(Collection entries)
★ ★ ★ ★ ★ ★ ★

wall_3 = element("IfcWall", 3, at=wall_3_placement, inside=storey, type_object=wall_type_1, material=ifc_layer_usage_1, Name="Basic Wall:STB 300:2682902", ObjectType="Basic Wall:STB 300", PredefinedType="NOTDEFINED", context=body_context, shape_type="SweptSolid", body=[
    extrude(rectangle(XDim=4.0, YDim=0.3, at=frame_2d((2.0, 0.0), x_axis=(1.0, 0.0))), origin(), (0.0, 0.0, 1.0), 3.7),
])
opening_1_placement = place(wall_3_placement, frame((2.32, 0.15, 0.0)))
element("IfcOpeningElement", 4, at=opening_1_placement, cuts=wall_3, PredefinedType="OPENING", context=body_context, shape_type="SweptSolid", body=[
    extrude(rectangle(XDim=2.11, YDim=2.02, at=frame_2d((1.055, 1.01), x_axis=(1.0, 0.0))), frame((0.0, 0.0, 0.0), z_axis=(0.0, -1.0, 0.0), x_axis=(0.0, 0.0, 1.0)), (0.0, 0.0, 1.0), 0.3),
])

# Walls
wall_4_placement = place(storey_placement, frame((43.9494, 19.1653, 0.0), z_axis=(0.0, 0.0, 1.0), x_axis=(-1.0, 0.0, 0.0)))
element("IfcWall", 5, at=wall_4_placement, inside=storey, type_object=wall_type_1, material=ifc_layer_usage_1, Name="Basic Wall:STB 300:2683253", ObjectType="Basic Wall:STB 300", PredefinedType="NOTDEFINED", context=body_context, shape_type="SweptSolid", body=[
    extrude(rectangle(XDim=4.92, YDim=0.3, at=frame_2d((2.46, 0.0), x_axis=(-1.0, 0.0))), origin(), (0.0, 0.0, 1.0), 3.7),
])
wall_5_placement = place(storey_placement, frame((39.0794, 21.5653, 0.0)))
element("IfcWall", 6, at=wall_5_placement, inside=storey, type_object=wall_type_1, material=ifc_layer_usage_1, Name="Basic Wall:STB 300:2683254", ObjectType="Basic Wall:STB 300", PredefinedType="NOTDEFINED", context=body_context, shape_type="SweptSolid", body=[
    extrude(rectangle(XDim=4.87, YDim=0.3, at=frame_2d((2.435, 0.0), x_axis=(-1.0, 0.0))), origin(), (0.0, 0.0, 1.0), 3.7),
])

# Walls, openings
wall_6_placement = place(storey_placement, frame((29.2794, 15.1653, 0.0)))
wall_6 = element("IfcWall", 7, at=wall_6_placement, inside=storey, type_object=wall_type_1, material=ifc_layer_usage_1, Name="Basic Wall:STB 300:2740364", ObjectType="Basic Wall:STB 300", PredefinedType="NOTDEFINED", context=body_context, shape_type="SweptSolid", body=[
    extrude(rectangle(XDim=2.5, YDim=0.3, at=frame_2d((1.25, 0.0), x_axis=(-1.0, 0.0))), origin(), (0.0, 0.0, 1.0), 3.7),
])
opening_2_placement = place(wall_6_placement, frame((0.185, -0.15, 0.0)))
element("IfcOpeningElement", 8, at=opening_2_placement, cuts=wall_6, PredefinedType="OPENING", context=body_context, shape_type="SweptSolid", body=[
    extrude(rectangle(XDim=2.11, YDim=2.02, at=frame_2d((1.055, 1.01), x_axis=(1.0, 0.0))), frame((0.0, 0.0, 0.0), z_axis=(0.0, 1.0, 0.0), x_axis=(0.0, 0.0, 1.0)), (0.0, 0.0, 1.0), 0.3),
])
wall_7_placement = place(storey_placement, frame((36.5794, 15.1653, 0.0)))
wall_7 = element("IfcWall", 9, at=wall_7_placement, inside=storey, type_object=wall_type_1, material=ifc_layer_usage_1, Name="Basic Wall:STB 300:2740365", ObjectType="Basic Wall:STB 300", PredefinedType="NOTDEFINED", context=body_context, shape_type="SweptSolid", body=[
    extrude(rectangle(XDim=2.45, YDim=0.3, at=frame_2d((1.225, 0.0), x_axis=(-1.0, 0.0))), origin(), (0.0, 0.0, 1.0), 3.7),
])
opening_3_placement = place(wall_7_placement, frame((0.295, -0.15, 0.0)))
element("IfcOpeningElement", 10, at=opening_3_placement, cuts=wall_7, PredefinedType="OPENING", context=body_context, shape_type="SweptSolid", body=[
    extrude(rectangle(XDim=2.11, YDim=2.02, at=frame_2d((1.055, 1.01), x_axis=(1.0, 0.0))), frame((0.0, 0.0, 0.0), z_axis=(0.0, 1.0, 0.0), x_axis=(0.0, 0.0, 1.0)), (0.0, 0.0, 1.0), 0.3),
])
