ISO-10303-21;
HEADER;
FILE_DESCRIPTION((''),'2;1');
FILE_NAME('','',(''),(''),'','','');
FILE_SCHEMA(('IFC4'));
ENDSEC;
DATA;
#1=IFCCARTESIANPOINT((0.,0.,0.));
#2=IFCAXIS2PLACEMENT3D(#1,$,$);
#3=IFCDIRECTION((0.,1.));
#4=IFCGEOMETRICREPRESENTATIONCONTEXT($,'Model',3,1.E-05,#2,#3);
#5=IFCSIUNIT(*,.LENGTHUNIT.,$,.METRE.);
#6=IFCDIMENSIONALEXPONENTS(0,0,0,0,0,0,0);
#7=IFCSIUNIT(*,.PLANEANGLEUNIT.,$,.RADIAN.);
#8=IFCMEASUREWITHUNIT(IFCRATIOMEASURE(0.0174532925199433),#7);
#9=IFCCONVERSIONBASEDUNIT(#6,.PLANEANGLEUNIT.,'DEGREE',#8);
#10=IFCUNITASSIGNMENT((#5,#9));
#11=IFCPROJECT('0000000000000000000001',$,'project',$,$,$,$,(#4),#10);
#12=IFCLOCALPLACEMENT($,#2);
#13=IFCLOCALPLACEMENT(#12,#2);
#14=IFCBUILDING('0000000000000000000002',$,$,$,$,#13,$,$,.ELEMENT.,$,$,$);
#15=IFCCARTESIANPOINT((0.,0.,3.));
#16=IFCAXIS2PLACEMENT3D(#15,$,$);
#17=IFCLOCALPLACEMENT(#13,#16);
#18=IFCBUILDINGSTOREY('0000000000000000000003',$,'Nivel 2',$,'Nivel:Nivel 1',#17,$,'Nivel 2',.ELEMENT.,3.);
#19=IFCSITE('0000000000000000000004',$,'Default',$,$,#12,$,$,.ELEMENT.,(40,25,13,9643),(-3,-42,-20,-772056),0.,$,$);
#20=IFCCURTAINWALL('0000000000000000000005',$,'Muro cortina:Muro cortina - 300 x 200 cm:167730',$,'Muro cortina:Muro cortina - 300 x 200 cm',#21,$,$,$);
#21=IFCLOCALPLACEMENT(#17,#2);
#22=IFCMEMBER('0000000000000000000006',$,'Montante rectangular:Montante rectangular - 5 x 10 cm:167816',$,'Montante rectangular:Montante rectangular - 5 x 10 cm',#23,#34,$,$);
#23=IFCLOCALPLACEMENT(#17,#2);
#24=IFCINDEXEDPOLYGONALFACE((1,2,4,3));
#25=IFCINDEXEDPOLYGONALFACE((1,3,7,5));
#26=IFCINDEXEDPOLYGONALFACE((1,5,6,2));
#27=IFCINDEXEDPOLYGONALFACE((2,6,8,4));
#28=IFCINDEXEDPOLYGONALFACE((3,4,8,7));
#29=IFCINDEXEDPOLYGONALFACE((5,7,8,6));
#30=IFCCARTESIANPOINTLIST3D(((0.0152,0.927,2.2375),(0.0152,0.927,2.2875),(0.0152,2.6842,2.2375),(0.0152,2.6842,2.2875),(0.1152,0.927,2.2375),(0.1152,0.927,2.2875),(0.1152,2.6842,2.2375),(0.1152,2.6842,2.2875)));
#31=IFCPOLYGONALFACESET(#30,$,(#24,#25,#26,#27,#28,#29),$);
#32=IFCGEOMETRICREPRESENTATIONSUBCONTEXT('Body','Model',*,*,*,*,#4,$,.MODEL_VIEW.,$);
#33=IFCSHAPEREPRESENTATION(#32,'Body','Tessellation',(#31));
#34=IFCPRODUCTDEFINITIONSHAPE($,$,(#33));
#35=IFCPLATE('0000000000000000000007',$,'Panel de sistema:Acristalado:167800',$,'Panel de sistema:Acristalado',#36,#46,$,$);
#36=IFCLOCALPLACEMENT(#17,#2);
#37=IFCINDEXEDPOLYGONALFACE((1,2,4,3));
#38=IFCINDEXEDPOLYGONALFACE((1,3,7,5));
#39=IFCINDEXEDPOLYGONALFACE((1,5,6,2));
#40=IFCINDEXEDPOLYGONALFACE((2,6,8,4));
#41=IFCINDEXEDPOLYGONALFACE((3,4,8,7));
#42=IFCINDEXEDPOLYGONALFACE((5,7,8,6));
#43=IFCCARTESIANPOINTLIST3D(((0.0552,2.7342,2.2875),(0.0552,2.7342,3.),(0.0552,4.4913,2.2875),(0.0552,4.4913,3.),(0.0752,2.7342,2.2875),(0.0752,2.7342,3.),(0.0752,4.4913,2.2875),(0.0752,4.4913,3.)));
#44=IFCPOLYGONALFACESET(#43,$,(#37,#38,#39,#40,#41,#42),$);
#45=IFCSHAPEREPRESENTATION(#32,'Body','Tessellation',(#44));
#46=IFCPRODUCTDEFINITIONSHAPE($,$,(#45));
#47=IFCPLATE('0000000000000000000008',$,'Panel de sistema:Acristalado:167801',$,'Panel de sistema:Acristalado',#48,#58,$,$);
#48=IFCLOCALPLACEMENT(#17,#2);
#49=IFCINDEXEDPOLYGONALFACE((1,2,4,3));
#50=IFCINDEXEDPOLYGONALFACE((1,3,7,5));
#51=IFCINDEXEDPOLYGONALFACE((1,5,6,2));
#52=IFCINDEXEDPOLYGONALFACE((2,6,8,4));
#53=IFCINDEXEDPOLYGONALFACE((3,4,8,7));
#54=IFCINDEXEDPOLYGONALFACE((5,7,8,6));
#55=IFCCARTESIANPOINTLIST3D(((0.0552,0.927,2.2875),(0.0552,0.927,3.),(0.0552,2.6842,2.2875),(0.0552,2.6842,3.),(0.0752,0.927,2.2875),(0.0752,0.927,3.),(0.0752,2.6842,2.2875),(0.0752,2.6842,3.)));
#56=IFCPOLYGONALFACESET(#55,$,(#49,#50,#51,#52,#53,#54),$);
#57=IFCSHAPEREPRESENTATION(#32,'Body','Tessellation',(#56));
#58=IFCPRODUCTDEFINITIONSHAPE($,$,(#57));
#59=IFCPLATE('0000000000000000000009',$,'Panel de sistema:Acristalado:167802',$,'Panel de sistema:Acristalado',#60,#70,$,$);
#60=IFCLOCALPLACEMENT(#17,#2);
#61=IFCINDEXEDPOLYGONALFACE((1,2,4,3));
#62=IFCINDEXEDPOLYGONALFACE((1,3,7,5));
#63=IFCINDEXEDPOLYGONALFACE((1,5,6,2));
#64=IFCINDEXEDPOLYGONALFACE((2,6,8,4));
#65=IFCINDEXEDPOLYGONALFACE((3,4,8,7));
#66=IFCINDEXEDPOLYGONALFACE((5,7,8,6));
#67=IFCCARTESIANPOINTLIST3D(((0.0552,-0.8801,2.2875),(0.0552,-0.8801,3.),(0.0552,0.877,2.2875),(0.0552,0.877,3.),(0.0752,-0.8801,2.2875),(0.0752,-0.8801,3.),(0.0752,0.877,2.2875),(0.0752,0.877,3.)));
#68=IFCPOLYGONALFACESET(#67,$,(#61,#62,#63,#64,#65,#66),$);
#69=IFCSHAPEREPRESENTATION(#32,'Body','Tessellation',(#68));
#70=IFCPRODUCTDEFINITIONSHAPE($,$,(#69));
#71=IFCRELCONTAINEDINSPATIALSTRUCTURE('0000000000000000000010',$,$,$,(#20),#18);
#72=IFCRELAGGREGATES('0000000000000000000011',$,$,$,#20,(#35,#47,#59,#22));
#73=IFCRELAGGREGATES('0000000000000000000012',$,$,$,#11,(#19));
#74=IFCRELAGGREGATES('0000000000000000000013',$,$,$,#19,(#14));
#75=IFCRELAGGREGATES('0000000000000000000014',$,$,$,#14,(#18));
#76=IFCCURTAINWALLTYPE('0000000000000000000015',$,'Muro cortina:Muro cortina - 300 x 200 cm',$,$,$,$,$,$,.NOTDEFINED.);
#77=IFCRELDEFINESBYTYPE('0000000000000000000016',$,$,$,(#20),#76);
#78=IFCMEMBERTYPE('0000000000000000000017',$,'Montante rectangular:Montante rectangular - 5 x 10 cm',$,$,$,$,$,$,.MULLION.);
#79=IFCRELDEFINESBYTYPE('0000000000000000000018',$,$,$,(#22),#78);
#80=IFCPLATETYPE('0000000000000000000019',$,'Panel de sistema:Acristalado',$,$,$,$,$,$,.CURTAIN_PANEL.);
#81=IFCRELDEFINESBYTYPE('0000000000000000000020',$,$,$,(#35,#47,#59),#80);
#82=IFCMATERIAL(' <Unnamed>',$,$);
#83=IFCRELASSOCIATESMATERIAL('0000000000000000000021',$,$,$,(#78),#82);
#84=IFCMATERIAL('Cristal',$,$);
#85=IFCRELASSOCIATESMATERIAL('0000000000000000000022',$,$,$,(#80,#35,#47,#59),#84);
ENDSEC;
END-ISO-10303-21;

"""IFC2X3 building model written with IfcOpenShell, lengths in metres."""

from ifc_helpers import new_model, entity, si_unit, converted_unit, direction, frame, origin, origin_2d_with_axis, place, context, subcontext, project, spatial, rectangle, extrude, source, transform, mapped, material, type_object, type_shapes, element, aggregate, save


model = new_model("IFC2X3")

# Units and contexts
model_context = context("Model", 3, precision=1e-05, world=origin(), true_north=direction((0.0, 1.0)))
body_context = subcontext(model_context, "Body", "Model", "MODEL_VIEW")
ifc_project = project(units=[si_unit("LENGTHUNIT", "METRE"), converted_unit("PLANEANGLEUNIT", "DEGREE", entity("IfcRatioMeasure", 0.0174532925199433), si_unit("PLANEANGLEUNIT", "RADIAN"), dimensions=[0, 0, 0, 0, 0, 0, 0])], contexts=[model_context])

# Site, building, storey
site_placement = place(None, origin())
site = spatial("IfcSite", under=ifc_project, at=site_placement, Name="Default", CompositionType="ELEMENT", RefLatitude=(40, 25, 13, 9643), RefLongitude=(-3, -42, -20, -772056), RefElevation=0.0)
building_placement = place(site_placement, origin())
building = spatial("IfcBuilding", under=site, at=building_placement, CompositionType="ELEMENT")
storey_placement = place(building_placement, frame((0.0, 0.0, 3.0)))
storey = spatial("IfcBuildingStorey", under=building, at=storey_placement, Name="Nivel 2", ObjectType="Nivel:Nivel 1", LongName="Nivel 2", CompositionType="ELEMENT", Elevation=3.0)

# Curtain wall, member, plates
curtain_wall_type = type_object("IfcCurtainWallType", Name="Muro cortina:Muro cortina - 300 x 200 cm", PredefinedType="NOTDEFINED")
curtain_wall_placement = place(storey_placement, frame((0.0, 0.0, -3.0)))
curtain_wall = element("IfcCurtainWall", 1, at=curtain_wall_placement, inside=storey, type_object=curtain_wall_type, Name="Muro cortina:Muro cortina - 300 x 200 cm:167730", ObjectType="Muro cortina:Muro cortina - 300 x 200 cm")
ifc_material_1 = material(Name=" <Unnamed>")
member_type_1 = type_object("IfcMemberType", Name="Montante rectangular:Montante rectangular - 5 x 10 cm", PredefinedType="MULLION", material=ifc_material_1)
shared_shape_1 = source(origin(), body_context, "Body", "SweptSolid", [
    extrude(rectangle(XDim=0.1, YDim=0.05, at=origin_2d_with_axis()), frame((0.0, 0.0, -1.7571), z_axis=(0.0, 0.0, 1.0), x_axis=(0.0, -1.0, 0.0)), (0.0, 0.0, 1.0), 1.7571),
])
type_shapes(member_type_1, [shared_shape_1])
member_1_placement = place(storey_placement, frame((0.0652, 0.927, 2.2625), z_axis=(0.0, -1.0, 0.0), x_axis=(0.0, 0.0, 1.0)))
member_1 = element("IfcMember", 2, at=member_1_placement, type_object=member_type_1, Name="Montante rectangular:Montante rectangular - 5 x 10 cm:167816", ObjectType="Montante rectangular:Montante rectangular - 5 x 10 cm", context=body_context, shape_type="MappedRepresentation", body=[
    mapped(shared_shape_1, transform((0.0, 0.0, 0.0), scale=1.0)),
])
ifc_material_2 = material(Name="Cristal")
plate_type = type_object("IfcPlateType", Name="Panel de sistema:Acristalado", PredefinedType="CURTAIN_PANEL", material=ifc_material_2)
shared_shape_2 = source(origin(), body_context, "Body", "SweptSolid", [
    extrude(rectangle(XDim=0.02, YDim=1.7571, at=origin_2d_with_axis()), frame((0.0, 0.0, 0.0), z_axis=(0.0, 0.0, 1.0), x_axis=(0.0, 1.0, 0.0)), (0.0, 0.0, 1.0), 0.7125),
])
type_shapes(plate_type, [shared_shape_2])
plate_1_placement = place(curtain_wall_placement, frame((0.0652, 3.6127, 5.2875), z_axis=(0.0, 0.0, 1.0), x_axis=(0.0, -1.0, 0.0)))
plate_1 = element("IfcPlate", 3, at=plate_1_placement, type_object=plate_type, material=ifc_material_2, Name="Panel de sistema:Acristalado:167800", ObjectType="Panel de sistema:Acristalado", context=body_context, shape_type="MappedRepresentation", body=[
    mapped(shared_shape_2, transform((0.0, 0.0, 0.0), scale=1.0)),
])
plate_2_placement = place(curtain_wall_placement, frame((0.0652, 1.8056, 5.2875), z_axis=(0.0, 0.0, 1.0), x_axis=(0.0, -1.0, 0.0)))
plate_2 = element("IfcPlate", 4, at=plate_2_placement, type_object=plate_type, material=ifc_material_2, Name="Panel de sistema:Acristalado:167801", ObjectType="Panel de sistema:Acristalado", context=body_context, shape_type="MappedRepresentation", body=[
    mapped(shared_shape_2, transform((0.0, 0.0, 0.0), scale=1.0)),
])
plate_3_placement = place(curtain_wall_placement, frame((0.0652, -0.0015, 5.2875), z_axis=(0.0, 0.0, 1.0), x_axis=(0.0, -1.0, 0.0)))
plate_3 = element("IfcPlate", 5, at=plate_3_placement, type_object=plate_type, material=ifc_material_2, Name="Panel de sistema:Acristalado:167802", ObjectType="Panel de sistema:Acristalado", context=body_context, shape_type="MappedRepresentation", body=[
    mapped(shared_shape_2, transform((0.0, 0.0, 0.0), scale=1.0)),
])
aggregate(curtain_wall, [plate_1, plate_2, plate_3, member_1])

save(model, "model.ifc")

★ ★ ★ ★ ★ ★ ★

### Task directions
Pull out all lines of the data with the string "IFCSHAPEREPRESENTATION".

### Answer to this problem
#33=IFCSHAPEREPRESENTATION(#32,'Body','Tessellation',(#31));
#45=IFCSHAPEREPRESENTATION(#32,'Body','Tessellation',(#44));
#57=IFCSHAPEREPRESENTATION(#32,'Body','Tessellation',(#56));
#69=IFCSHAPEREPRESENTATION(#32,'Body','Tessellation',(#68));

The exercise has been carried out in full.